# Tell Yardage??



## panther08 (Jan 7, 2008)

i never tell what i shot a target for and what speed my bow is really shootin. There are people out there that can figure out what u shot a target for by what your speed is and then u tell them a targets yardge a couple of times and there goin to out shoot u. I have seen this before and have learned from my mistakes. I will never tell anyone what i shot a target for or my bows speed.


----------



## LimbsaverKeenan (Dec 2, 2008)

NCMikey said:


> Ok your at a big tournament like an ASA. You shoot a target for 37 yards and hit the 12. When your walking back one of the shooters in your group ask what did you shoot the target for? Would you tell him you shot it for 37 yard or would you tell him the wrong yardage to get in his head and take him out of his game?


if your a good shot you shouldnt have to worry about getting in his head.:darkbeer:


----------



## djkillaz (Apr 14, 2005)

NCMikey said:


> Ok your at a big tournament like an ASA. You shoot a target for 37 yards and hit the 12. When your walking back one of the shooters in your group ask what did you shoot the target for? Would you tell him you shot it for 37 yard or would you tell him the wrong yardage to get in his head and take him out of his game?


not suppsed to discuss yardage in asa any ways. and no.. dont tell them... they cant figure out the yardage and you can. suggest they start practicing judging.....


----------



## JayMc (Jan 4, 2005)

Depends on the group honestly. If it's a bunch of good folks who have been positive and encouraging of one another I'll share what I shot the target for after we've all shot it. If somebody acts like a jerk I'm not going to go out of my way to be nice.


----------



## Kadob62 (May 1, 2009)

JayMc said:


> Depends on the group honestly. If it's a bunch of good folks who have been positive and encouraging of one another I'll share what I shot the target for after we've all shot it. If somebody acts like a jerk I'm not going to go out of my way to be nice.



Good Answer!!!!!!


----------



## tazhunter0 (Jun 21, 2006)

JayMc said:


> Depends on the group honestly. If it's a bunch of good folks who have been positive and encouraging of one another I'll share what I shot the target for after we've all shot it.
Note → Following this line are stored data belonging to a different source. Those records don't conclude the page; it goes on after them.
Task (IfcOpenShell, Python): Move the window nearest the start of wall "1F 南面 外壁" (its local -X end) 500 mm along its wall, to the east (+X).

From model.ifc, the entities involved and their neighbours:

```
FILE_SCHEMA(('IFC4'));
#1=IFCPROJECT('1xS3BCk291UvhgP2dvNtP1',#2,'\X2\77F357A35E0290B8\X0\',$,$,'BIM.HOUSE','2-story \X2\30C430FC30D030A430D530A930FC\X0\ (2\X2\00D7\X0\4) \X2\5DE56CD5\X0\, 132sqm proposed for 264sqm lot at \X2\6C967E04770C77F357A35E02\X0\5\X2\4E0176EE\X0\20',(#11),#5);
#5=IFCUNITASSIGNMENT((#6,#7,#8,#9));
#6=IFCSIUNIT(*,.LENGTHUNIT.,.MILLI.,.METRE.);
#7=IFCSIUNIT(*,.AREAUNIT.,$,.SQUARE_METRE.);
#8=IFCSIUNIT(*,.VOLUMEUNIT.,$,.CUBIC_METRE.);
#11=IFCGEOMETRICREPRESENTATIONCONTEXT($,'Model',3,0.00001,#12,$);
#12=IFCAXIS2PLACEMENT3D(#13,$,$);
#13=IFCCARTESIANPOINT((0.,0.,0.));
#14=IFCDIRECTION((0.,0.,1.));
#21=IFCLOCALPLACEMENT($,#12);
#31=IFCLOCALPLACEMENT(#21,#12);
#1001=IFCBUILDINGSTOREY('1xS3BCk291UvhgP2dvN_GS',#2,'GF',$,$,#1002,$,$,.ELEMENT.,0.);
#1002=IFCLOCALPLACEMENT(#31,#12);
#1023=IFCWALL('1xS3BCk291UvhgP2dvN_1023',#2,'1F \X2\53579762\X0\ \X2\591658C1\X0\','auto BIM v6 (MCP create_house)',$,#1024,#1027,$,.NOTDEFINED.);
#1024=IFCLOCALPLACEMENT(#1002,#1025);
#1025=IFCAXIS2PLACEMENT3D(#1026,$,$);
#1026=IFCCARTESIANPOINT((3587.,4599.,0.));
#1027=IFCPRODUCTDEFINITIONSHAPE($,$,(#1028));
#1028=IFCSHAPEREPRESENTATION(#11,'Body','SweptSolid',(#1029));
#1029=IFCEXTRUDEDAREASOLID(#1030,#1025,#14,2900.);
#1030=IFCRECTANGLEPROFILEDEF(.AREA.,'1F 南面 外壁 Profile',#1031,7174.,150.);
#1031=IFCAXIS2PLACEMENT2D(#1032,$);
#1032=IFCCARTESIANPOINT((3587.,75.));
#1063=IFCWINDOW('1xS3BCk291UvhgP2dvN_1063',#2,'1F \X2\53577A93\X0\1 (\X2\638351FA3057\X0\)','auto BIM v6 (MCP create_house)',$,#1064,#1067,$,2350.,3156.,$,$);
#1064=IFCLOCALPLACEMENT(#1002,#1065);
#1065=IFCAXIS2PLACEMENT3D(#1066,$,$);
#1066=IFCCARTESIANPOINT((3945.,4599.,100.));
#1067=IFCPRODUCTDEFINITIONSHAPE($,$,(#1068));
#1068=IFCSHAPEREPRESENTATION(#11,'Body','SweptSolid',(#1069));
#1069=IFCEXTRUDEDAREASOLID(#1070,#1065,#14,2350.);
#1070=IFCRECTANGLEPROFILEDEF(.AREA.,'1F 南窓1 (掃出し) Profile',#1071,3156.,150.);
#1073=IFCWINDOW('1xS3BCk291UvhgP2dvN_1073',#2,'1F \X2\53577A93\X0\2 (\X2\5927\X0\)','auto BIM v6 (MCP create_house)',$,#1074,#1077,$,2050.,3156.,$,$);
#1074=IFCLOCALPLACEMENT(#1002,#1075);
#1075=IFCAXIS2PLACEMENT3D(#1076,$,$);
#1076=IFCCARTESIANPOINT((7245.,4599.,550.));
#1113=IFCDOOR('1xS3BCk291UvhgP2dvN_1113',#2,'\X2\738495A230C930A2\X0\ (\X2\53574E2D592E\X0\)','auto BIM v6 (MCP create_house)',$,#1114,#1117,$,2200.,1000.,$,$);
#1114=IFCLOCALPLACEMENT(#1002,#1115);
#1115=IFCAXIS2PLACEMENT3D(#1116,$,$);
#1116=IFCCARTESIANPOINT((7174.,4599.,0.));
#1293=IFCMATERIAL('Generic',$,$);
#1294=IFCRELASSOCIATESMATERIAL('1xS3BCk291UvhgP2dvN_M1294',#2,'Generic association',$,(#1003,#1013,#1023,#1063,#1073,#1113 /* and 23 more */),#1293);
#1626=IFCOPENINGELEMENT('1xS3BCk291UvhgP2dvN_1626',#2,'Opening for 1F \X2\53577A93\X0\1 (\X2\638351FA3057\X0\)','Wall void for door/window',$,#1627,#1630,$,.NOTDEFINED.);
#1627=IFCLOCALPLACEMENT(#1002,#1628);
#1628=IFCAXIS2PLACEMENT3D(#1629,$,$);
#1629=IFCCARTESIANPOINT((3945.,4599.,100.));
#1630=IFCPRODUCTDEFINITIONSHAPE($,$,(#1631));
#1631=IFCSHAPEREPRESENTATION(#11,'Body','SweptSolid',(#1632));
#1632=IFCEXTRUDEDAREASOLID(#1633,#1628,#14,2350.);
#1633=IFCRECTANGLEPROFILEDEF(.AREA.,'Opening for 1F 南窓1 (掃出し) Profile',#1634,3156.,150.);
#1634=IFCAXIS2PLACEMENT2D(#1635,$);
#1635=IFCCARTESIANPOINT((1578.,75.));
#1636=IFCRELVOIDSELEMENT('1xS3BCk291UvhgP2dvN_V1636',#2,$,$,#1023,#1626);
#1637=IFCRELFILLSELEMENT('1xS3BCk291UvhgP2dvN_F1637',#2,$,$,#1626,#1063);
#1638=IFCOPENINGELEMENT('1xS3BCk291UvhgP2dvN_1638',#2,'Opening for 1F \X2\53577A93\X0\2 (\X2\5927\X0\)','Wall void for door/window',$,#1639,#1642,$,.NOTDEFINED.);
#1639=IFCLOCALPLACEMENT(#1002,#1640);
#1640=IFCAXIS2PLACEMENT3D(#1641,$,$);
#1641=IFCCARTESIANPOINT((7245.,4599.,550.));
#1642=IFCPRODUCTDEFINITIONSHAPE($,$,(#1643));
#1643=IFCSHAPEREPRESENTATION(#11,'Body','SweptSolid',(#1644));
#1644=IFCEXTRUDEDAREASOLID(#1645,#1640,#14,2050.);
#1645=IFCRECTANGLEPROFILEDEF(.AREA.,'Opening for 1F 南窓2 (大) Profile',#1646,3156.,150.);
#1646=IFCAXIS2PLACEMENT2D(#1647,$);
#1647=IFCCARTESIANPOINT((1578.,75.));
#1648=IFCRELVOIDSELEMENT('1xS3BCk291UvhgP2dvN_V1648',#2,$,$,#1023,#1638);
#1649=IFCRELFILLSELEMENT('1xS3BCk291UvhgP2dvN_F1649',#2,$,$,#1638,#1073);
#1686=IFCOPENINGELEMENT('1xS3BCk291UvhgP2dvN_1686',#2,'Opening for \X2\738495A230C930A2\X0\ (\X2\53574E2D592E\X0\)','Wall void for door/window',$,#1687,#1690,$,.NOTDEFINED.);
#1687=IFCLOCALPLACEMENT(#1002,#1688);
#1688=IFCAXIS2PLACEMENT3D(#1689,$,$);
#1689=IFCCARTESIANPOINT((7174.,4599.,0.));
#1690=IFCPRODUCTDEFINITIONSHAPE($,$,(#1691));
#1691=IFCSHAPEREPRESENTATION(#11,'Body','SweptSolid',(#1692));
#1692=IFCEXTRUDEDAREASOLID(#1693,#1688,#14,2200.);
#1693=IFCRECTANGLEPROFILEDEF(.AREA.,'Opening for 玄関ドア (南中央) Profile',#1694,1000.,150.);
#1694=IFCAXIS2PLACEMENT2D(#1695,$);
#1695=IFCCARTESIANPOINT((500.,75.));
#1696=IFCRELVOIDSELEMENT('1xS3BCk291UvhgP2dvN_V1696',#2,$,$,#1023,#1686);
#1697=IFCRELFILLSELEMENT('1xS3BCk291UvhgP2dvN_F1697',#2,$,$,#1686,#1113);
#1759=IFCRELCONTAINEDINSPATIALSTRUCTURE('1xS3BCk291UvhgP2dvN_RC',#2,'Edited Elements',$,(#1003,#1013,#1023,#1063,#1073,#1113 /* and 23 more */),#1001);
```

```python
import ifcopenshell
import ifcopenshell.api.geometry
import ifcopenshell.util.placement
import ifcopenshell.util.unit

model = ifcopenshell.open("model.ifc")
unit_scale = ifcopenshell.util.unit.calculate_unit_scale(model)

window = model.by_guid("1xS3BCk291UvhgP2dvN_1063")
opening = window.FillsVoids[0].RelatingOpeningElement
wall = opening.VoidsElements[0].RelatingBuildingElement

wall_matrix = ifcopenshell.util.placement.get_local_placement(wall.ObjectPlacement)
shift = wall_matrix[:3, 0] * 0.5 / unit_scale
before = ifcopenshell.util.placement.get_local_placement(window.ObjectPlacement)[:3, 3].copy()

# The window is not placed relative to its opening, so move both.
for product in (opening, window):
    matrix = ifcopenshell.util.placement.get_local_placement(product.ObjectPlacement)
    matrix[:3, 3] += shift
    ifcopenshell.api.geometry.edit_object_placement(model, product=product, matrix=matrix, is_si=False)

after = ifcopenshell.util.placement.get_local_placement(window.ObjectPlacement)[:3, 3]
print("window moved by", (after - before).round(3) + 0.0)

model.write("model_rev.ifc")
```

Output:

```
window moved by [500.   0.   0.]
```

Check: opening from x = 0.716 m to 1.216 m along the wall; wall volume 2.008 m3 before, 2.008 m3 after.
If somebody acts like a jerk I'm not going to go out of my way to be nice.



That is a very good answer!!!
CC


----------



## tazhunter0 (Jun 21, 2006)

panther08 said:


> i never tell what i shot a target for and what speed my bow is really shootin. There are people out there that can figure out what u shot a target for by what your speed is and then u tell them a targets yardge a couple of times and there goin to out shoot u. I have seen this before and have learned from my mistakes. I will never tell anyone what i shot a target for or my bows speed.
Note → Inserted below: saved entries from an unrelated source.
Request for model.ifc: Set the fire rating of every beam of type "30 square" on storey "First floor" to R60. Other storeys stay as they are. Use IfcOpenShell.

First a look at what the model holds.

```python
import ifcopenshell
import ifcopenshell.util.element

model = ifcopenshell.open("model.ifc")
print(model.schema)
storey = next(s for s in model.by_type("IfcBuildingStorey") if s.Name == "First floor")
beams = [e for e in ifcopenshell.util.element.get_decomposition(storey) if e.is_a("IfcBeam")]
seen = {}
for e in beams:
    element_type = ifcopenshell.util.element.get_type(e)
    key = (element_type.Name if element_type != e and element_type else None, ifcopenshell.util.element.get_pset(e, "Pset_BeamCommon", "FireRating"))
    seen[key] = seen.get(key, 0) + 1
for (name, value), count in sorted(seen.items(), key=str):
    print(count, "x", name, "|", value)
```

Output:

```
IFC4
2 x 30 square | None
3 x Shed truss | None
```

```python
import ifcopenshell
import ifcopenshell.api.pset
import ifcopenshell.util.element

model = ifcopenshell.open("model.ifc")

storey = next(s for s in model.by_type("IfcBuildingStorey") if s.Name == "First floor")
beams = [e for e in ifcopenshell.util.element.get_decomposition(storey) if e.is_a("IfcBeam")]

count = 0
for e in beams:
    element_type = ifcopenshell.util.element.get_type(e)
    if element_type in (None, e) or element_type.Name != "30 square":
        continue
    # add_pset returns the element's existing set when there is one.
    pset = ifcopenshell.api.pset.add_pset(model, product=e, name="Pset_BeamCommon")
    ifcopenshell.api.pset.edit_pset(model, pset=pset, properties={"FireRating": "R60"})
    count += 1

print(count, "beams updated")

model.write("model_rev.ifc")
```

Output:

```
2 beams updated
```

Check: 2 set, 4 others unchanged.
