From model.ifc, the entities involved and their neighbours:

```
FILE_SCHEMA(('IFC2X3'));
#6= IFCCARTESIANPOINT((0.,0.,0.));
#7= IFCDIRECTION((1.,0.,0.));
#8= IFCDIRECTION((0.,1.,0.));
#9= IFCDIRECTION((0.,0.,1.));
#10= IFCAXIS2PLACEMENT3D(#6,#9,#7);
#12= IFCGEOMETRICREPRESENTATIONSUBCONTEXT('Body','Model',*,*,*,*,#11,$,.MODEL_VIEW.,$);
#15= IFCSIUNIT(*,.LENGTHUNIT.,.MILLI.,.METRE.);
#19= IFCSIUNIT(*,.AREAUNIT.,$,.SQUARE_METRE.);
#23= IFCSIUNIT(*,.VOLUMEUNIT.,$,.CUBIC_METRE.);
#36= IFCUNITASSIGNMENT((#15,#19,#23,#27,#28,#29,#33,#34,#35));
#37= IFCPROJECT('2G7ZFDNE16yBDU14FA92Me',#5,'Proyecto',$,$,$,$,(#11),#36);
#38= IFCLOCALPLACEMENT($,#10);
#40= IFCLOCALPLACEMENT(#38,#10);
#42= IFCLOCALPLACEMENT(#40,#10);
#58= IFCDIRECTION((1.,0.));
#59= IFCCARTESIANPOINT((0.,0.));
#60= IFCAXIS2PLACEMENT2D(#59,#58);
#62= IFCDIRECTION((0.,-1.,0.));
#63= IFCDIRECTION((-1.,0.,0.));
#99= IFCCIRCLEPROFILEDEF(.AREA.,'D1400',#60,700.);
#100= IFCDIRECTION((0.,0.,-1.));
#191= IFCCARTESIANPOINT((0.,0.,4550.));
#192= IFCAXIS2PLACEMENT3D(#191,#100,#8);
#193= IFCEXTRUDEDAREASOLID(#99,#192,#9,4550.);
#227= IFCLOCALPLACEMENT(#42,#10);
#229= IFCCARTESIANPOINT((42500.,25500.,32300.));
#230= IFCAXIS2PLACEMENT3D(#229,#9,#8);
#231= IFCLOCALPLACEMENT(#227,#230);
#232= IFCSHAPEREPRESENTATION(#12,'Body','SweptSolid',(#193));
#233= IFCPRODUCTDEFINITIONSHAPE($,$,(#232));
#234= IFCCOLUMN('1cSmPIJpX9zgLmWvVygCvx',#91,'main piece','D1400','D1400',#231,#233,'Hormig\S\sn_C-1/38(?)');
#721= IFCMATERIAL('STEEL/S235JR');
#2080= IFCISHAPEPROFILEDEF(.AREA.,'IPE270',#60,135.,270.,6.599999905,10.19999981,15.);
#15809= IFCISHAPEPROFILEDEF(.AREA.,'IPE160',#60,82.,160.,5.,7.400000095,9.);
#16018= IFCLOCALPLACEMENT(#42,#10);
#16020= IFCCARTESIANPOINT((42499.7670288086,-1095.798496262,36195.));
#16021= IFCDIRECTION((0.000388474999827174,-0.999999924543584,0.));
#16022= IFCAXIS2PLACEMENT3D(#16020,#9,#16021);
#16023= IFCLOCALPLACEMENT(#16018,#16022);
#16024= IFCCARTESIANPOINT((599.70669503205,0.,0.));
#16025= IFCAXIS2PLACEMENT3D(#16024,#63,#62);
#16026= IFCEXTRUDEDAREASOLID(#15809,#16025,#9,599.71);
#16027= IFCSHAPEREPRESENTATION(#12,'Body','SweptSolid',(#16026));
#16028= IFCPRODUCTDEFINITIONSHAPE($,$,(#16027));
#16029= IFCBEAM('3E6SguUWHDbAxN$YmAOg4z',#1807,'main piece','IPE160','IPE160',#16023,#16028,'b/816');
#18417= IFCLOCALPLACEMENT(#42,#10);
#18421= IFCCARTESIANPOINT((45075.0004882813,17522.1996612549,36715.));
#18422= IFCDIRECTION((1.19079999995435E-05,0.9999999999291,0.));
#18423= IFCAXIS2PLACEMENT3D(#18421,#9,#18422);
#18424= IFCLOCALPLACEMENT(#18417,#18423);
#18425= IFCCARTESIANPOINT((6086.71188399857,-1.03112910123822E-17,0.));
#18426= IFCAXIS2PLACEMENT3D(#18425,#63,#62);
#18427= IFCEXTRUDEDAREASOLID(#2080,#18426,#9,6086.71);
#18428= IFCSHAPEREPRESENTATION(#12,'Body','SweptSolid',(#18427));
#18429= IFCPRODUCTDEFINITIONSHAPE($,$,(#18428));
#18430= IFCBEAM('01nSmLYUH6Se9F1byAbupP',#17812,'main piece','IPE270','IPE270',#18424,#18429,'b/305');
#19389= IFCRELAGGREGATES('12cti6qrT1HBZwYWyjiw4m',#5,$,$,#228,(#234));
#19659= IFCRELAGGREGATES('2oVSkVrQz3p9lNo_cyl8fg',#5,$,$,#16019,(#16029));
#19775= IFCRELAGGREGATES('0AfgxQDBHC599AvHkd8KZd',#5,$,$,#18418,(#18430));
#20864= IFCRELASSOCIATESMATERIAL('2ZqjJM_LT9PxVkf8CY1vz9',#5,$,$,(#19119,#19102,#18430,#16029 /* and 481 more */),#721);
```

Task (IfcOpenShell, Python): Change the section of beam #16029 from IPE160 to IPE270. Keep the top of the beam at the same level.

```python
import ifcopenshell
import ifcopenshell.util.element
import ifcopenshell.util.representation

model = ifcopenshell.open("model.ifc")

member = model.by_guid("3E6SguUWHDbAxN$YmAOg4z")
source = next(p for p in model.by_type("IfcIShapeProfileDef") if p.ProfileName == "IPE270")

body = ifcopenshell.util.representation.get_representation(member, "Model", "Body")
solid = body.Items[0]
old_profile = solid.SweptArea

# Copy the section's sizes but keep this member's own profile position.
profile = ifcopenshell.util.element.copy(model, source)
# Profiles are centred, so shift by half the change in depth to hold the top.
shift = (old_profile.OverallDepth - profile.OverallDepth) / 2
x, y = old_profile.Position.Location.Coordinates
up = (0.0, 1.0)  # upwards, in the solid's own plane
location = model.createIfcCartesianPoint((x + up[0] * shift, y + up[1] * shift))
profile.Position = model.createIfcAxis2Placement2D(location, old_profile.Position.RefDirection)
solid.SweptArea = profile
if not model.get_total_inverses(old_profile):
    ifcopenshell.util.element.remove_deep2(model, old_profile)
member.Description = member.Description.replace("IPE160", "IPE270")
member.ObjectType = member.ObjectType.replace("IPE160", "IPE270")

print(solid.SweptArea)

model.write("model_edited.ifc")
```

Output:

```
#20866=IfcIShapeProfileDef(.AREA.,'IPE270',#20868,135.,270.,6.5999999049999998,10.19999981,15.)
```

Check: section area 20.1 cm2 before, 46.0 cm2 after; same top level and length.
What do you have to hide? Not shooting the legal limit?? Just wondering.
CC


----------



## Featherlight37 (May 7, 2009)

hes not hiding anything.. like he said people can figure out what he shot a target for by knowing the speed of his bow.. then if he shoots before them then they know what the yardage is


----------



## smurphy (Feb 22, 2007)

When I get asked I usually say longer than 2 yards and shorter than 100


----------



## redfish (Jul 13, 2005)

Featherlight37 said:


> hes not hiding anything.. like he said people can figure out what he shot a target for by knowing the speed of his bow.. then if he shoots before them then they know what the yardage is


Yea Right...


----------



## okarcher (Jul 21, 2002)

I never have had anyone not tell me or have I not told them. Haven't never been beat by someone in my group because I told them what I shot a target for after everyone had shot. I think sometimes people get a little over paranoide(Spelling?) about people out to get them or cheat them.


----------



## Spotshooter2 (Oct 23, 2003)

> never tell what i shot a target for and what speed my bow is really shootin. There are people out there that can figure out what u shot a target for by what your speed is and then u tell them a targets yardge a couple of times and there goin to out shoot u. I have seen this before and have learned from my mistakes. I will never tell anyone what i shot a target for or my bows speed.
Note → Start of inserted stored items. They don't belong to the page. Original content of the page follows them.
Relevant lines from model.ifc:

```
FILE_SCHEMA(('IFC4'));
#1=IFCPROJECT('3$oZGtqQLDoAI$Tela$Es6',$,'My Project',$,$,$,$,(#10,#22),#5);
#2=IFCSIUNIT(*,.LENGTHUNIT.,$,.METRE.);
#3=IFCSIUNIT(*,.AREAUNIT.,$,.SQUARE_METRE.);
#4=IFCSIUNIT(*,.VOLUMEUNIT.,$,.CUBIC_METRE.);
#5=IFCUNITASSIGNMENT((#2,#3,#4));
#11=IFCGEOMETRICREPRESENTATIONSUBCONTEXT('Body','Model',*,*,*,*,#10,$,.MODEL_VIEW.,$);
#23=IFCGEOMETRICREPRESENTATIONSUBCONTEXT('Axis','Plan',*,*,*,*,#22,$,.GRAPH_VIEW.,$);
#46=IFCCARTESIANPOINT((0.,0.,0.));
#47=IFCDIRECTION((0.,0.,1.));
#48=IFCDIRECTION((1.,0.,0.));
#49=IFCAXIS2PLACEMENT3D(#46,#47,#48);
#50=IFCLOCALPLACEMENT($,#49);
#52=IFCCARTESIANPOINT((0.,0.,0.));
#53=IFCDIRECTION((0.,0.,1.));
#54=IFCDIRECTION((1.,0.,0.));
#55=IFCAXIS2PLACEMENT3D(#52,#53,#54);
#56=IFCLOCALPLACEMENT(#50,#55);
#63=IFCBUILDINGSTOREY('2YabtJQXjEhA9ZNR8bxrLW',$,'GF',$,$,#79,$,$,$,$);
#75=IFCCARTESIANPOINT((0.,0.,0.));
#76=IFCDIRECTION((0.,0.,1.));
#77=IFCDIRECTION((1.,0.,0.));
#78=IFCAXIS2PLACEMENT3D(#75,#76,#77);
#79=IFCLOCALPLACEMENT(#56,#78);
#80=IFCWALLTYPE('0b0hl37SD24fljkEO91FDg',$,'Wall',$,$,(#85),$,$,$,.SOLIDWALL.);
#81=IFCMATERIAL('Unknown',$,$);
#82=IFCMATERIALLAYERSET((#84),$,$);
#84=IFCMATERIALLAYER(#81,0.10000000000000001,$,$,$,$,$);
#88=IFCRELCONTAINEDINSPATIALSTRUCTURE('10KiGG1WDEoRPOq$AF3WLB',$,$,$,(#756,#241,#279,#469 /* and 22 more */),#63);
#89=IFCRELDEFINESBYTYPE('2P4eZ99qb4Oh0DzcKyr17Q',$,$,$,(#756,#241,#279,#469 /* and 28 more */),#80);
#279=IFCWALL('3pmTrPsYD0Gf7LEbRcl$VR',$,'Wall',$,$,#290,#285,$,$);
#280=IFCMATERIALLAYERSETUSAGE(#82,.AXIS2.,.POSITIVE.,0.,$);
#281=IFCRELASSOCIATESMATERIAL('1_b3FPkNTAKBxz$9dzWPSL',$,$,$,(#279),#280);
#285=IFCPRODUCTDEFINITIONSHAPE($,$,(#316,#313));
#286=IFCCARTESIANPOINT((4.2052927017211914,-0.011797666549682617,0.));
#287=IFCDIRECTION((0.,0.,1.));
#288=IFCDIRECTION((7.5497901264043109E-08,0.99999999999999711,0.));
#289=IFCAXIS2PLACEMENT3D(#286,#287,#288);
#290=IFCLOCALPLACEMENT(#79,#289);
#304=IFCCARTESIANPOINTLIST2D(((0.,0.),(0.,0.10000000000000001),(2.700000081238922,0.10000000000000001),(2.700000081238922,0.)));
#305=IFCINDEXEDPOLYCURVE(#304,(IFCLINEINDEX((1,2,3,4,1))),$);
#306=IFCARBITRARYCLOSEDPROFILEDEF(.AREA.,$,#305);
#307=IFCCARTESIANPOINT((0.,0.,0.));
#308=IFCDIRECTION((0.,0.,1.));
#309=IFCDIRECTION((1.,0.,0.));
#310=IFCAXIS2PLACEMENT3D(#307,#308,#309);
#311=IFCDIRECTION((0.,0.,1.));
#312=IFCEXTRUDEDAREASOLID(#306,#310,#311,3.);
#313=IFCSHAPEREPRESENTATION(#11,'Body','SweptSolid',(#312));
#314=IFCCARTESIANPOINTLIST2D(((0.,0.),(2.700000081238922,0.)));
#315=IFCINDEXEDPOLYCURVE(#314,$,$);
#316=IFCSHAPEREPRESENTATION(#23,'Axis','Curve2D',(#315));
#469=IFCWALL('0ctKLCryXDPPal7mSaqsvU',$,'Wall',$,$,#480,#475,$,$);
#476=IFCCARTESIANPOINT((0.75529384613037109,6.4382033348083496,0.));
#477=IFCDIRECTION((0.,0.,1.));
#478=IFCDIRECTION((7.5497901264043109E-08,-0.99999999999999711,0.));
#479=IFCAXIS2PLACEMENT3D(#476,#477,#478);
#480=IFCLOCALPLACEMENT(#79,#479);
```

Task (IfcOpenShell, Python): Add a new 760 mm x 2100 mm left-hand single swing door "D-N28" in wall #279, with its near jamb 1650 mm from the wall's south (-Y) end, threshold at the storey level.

```python
import numpy as np
import ifcopenshell
import ifcopenshell.api.feature
import ifcopenshell.api.geometry
import ifcopenshell.api.root
import ifcopenshell.api.spatial
import ifcopenshell.geom
import ifcopenshell.util.element
import ifcopenshell.util.placement
import ifcopenshell.util.representation
import ifcopenshell.util.shape
import ifcopenshell.util.unit

model = ifcopenshell.open("model.ifc")
unit_scale = ifcopenshell.util.unit.calculate_unit_scale(model)
settings = ifcopenshell.geom.settings()


def volume(element):
    """Net volume in cubic metres, openings subtracted."""
    shape = ifcopenshell.geom.create_shape(settings, element)
    return ifcopenshell.util.shape.get_volume(shape.geometry)


wall = model.by_guid("3pmTrPsYD0Gf7LEbRcl$VR")
storey = ifcopenshell.util.element.get_container(wall, ifc_class="IfcBuildingStorey")
context = ifcopenshell.util.representation.get_context(model, "Model", "Body", "MODEL_VIEW")
before = volume(wall)

width, height, from_end, sill = 0.76, 2.1, 1.65, 0.0  # metres

# The wall runs along its own X axis, and the end named is its -X end.
wall_shape = ifcopenshell.geom.create_shape(settings, wall)
x, y, z = ifcopenshell.util.shape.get_vertices(wall_shape.geometry).T
start = x.min() + from_end
face, thickness = float(y.min()), float(y.max() - y.min())
wall_matrix = ifcopenshell.util.placement.get_local_placement(wall.ObjectPlacement)
level = ifcopenshell.util.placement.get_local_placement(storey.ObjectPlacement)[2, 3]


def in_wall(x, y):
    """Placement at x, y metres in the wall's axes, at sill height."""
    matrix = wall_matrix.copy()
    matrix[:, 3] = wall_matrix @ np.array([x / unit_scale, y / unit_scale, 0.0, 1.0])
    matrix[2, 3] = level + sill / unit_scale
    return matrix


# Opening: a box that overshoots both wall faces by 50 mm.
opening = ifcopenshell.api.root.create_entity(model, ifc_class="IfcOpeningElement", predefined_type="OPENING")
box = ifcopenshell.api.geometry.add_wall_representation(
    model, context=context, length=width, height=height, thickness=thickness + 0.1
)
ifcopenshell.api.geometry.assign_representation(model, product=opening, representation=box)
ifcopenshell.api.geometry.edit_object_placement(model, product=opening, matrix=in_wall(start, face - 0.05), is_si=False)
ifcopenshell.api.feature.add_feature(model, feature=opening, element=wall)

door = ifcopenshell.api.root.create_entity(model, ifc_class="IfcDoor", name="D-N28", predefined_type="DOOR")
door.OverallWidth, door.OverallHeight = width / unit_scale, height / unit_scale
door.OperationType = "SINGLE_SWING_LEFT"
body = ifcopenshell.api.geometry.add_door_representation(
    model,
    context=context,
    overall_width=door.OverallWidth,
    overall_height=door.OverallHeight,
    operation_type="SINGLE_SWING_LEFT",
    lining_properties={"LiningDepth": thickness / unit_scale, "ThresholdDepth": thickness / unit_scale},
)
ifcopenshell.api.geometry.assign_representation(model, product=door, representation=body)
ifcopenshell.api.spatial.assign_container(model, products=[door], relating_structure=storey)
ifcopenshell.api.feature.add_filling(model, opening=opening, element=door)

# The lining spans the wall, so the door starts at the wall face.
ifcopenshell.api.geometry.edit_object_placement(model, product=door, matrix=in_wall(start, face), is_si=False)

after = volume(wall)

print(f"wall volume {before:.3f} -> {after:.3f} m3")

model.write("model_updated.ifc")
```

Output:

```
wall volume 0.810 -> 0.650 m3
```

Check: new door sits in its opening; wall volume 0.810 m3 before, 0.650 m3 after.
 Highly unlikely unless they were carrying a stop watch that they could do this since they would have to have the time down to 100's of a second to accomplish this plus have a calculator with them.


----------



## MushroomHound (Aug 18, 2005)

Wow... I'll tell what I shot at but then again, I shoot for turkeys...


Cash prize might be different..


----------



## loujo61 (Apr 29, 2005)

Spotshooter2 said:


> Highly unlikely unless they were carrying a stop watch that they could do this since they would have to have the time down to 100's of a second to accomplish this plus have a calculator with them.


If you train your ears you can hear it.


----------



## Spotshooter2 (Oct 23, 2003)

and you of course can tell 1/10's or less of a second . Dont think so.


----------



## JayMc (Jan 4, 2005)

Spotshooter2 said:


> and you of course can tell 1/10's or less of a second . Dont think so.


It's by no means an exact science, but sometimes a target looks one distance then sounds closer or farther. It's just one more data point to use when judging yardage. When you're looking at a target and can't decide if it's 32 or 33yds the sound is useless, but when the lighting is bad and you can see anything from 30 to 38yds it can definitely makes a difference.


----------



## Lonestar63 (Mar 19, 2007)

JayMc said:


> It's by no means an exact science, but sometimes a target looks one distance then sounds closer or farther. It's just one more data point to use when judging yardage. When you're looking at a target and can't decide if it's 32 or 33yds the sound is useless, but when the lighting is bad and you can see anything from 30 to 38yds it can definitely makes a difference.


Good answer.

Also when they take the ground away, it's definately an advantage to listen to the guys shooting.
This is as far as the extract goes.